**What to do:**
Search the records below for "IFCGEOMETRICREPRESENTATIONSUBCONTEXT" and copy every line it turns up in.

[Collected data entries]

★ ★ ★ ★

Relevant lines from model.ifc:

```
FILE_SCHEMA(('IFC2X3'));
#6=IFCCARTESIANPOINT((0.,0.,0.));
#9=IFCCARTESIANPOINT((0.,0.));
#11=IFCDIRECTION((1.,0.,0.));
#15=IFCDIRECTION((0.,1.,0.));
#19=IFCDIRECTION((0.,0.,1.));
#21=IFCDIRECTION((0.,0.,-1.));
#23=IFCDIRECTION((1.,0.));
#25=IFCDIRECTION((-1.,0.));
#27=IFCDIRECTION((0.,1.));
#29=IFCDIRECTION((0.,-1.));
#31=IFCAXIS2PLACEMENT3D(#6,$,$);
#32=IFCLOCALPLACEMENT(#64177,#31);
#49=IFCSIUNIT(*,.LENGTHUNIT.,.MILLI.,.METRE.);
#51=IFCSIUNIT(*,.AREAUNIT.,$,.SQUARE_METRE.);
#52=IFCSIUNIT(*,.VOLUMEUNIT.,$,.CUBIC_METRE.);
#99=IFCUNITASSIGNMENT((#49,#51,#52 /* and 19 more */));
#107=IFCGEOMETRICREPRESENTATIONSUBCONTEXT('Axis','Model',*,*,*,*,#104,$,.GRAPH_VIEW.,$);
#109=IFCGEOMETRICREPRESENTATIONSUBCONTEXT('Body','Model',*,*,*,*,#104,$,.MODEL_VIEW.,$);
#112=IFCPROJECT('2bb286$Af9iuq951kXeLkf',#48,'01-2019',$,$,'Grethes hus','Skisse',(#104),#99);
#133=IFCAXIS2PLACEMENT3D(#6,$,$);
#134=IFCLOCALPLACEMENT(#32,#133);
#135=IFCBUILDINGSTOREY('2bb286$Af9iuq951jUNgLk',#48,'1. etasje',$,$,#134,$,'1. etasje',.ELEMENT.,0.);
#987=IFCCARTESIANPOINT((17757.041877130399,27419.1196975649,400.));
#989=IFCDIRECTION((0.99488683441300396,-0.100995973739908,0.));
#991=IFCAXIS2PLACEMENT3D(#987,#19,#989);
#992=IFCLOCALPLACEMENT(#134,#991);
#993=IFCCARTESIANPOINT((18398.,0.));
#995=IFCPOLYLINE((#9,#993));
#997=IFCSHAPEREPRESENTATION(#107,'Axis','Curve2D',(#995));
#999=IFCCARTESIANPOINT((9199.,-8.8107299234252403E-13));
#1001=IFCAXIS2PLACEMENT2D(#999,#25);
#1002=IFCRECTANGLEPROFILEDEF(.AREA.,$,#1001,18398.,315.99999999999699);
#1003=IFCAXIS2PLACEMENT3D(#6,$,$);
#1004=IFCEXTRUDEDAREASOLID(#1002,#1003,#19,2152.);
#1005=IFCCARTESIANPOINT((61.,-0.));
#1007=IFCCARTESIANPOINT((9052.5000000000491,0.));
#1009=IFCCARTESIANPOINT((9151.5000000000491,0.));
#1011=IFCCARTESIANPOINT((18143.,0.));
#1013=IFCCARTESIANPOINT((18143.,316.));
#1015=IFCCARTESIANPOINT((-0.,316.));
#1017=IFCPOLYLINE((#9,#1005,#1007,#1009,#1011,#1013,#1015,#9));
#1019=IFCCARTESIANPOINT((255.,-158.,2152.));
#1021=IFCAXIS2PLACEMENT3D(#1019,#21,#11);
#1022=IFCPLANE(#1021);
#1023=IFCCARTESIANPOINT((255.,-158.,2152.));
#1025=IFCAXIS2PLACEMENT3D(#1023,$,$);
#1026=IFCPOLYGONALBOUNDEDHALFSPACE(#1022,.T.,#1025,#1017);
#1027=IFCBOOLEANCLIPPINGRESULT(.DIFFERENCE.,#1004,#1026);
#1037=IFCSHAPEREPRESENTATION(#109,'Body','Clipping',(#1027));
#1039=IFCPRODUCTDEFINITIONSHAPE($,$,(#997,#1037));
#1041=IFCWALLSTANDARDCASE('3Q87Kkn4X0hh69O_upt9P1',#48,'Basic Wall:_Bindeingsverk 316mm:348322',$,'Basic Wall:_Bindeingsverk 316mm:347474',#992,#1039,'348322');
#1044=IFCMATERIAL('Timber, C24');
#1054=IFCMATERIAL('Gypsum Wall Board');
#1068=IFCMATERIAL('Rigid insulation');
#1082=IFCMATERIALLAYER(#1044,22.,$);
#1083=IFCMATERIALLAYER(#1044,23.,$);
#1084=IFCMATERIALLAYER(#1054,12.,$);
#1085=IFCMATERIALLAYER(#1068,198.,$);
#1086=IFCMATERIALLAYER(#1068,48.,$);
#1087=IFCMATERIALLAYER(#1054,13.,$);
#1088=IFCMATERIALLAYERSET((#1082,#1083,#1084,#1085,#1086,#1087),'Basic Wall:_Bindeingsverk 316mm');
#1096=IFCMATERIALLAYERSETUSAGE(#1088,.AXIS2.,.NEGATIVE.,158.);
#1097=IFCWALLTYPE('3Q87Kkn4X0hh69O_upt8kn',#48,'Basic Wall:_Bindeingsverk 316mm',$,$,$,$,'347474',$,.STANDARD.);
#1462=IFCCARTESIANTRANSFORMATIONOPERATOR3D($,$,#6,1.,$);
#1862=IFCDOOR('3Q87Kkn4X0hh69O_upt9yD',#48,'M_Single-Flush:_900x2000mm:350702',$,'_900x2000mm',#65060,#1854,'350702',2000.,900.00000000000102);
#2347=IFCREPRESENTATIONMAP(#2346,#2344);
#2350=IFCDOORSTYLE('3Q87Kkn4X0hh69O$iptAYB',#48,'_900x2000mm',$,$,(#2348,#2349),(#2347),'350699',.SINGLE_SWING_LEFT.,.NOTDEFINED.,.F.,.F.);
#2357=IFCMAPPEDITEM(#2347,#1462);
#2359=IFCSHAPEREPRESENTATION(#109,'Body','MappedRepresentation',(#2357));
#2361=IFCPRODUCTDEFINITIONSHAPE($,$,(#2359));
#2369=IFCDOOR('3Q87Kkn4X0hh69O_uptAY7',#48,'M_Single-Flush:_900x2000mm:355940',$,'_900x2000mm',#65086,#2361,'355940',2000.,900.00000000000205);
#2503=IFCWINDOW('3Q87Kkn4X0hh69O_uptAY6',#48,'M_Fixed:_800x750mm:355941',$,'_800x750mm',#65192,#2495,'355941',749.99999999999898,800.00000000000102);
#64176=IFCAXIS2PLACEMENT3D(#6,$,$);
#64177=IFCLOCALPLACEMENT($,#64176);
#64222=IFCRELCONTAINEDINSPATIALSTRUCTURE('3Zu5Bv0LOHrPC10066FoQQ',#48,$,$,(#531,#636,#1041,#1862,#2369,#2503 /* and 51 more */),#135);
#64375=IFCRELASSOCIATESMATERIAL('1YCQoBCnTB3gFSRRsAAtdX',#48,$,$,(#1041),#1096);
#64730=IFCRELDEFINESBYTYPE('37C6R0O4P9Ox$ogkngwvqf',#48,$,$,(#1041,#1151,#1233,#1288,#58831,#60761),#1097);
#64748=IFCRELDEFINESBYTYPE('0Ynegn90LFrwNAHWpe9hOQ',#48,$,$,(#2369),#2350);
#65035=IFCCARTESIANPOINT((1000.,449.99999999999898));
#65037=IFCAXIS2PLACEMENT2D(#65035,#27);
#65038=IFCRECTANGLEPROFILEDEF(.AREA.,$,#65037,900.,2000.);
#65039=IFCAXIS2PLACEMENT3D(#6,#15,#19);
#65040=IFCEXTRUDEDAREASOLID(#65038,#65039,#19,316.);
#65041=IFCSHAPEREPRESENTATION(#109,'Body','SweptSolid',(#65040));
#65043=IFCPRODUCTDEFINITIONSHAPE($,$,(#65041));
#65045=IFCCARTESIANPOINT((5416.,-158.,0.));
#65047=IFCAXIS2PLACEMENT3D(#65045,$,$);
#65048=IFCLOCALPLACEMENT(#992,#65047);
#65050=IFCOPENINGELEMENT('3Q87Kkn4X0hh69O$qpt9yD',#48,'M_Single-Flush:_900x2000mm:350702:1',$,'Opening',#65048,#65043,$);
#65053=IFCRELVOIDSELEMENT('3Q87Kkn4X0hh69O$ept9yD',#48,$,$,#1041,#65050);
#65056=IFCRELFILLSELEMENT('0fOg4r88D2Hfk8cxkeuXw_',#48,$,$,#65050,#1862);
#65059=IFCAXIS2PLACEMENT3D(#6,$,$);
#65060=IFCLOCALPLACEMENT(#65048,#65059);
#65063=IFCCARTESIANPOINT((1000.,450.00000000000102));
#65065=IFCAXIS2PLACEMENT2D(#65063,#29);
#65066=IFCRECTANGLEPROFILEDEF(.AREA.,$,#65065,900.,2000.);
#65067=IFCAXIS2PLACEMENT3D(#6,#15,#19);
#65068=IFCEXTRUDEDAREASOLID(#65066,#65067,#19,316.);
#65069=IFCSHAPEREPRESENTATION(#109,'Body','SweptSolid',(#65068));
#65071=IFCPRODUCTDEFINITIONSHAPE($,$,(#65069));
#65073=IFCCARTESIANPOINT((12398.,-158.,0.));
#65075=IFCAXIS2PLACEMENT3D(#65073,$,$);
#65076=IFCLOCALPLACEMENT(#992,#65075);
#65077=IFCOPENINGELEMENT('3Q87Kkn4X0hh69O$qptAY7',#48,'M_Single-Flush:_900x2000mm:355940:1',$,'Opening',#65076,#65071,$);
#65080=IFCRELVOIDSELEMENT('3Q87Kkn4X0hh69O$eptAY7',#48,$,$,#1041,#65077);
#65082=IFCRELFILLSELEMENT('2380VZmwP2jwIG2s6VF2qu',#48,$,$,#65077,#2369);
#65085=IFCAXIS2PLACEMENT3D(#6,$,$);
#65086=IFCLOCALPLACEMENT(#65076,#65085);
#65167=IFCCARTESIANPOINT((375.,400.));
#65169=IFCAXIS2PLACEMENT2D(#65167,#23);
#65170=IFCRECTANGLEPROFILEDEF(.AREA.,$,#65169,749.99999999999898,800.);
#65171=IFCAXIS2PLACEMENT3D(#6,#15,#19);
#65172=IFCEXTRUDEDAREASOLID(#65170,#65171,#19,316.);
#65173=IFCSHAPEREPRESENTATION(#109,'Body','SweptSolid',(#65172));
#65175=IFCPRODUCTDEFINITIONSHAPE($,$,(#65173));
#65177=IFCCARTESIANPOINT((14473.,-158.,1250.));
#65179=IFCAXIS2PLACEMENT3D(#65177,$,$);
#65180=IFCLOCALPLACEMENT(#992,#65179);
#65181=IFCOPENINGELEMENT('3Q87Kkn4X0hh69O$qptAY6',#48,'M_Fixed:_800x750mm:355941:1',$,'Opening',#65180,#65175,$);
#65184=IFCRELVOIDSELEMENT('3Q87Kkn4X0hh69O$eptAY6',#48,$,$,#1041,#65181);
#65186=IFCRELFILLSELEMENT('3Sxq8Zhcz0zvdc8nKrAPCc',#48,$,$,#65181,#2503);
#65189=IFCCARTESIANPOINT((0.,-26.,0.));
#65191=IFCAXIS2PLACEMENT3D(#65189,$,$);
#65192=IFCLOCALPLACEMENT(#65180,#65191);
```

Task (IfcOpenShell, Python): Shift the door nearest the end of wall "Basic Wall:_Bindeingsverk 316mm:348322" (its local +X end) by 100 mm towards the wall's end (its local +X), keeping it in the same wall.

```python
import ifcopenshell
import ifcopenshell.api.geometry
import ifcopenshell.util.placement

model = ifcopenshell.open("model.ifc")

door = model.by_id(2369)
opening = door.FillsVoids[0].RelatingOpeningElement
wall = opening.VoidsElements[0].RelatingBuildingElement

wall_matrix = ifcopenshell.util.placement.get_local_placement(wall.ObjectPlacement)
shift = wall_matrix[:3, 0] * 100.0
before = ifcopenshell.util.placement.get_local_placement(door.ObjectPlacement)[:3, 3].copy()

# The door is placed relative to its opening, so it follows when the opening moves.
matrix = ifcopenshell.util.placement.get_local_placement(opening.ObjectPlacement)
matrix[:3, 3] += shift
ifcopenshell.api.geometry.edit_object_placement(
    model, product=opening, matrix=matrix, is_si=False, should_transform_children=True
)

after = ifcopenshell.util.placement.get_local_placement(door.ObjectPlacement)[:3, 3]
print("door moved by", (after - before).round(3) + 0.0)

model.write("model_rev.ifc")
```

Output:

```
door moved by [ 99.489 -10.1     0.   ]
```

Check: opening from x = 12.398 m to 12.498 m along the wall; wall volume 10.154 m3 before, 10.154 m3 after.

★ ★ ★ ★

**Reply to the exercise:**
#107=IFCGEOMETRICREPRESENTATIONSUBCONTEXT('Axis','Model',*,*,*,*,#104,$,.GRAPH_VIEW.,$);
#109=IFCGEOMETRICREPRESENTATIONSUBCONTEXT('Body','Model',*,*,*,*,#104,$,.MODEL_VIEW.,$);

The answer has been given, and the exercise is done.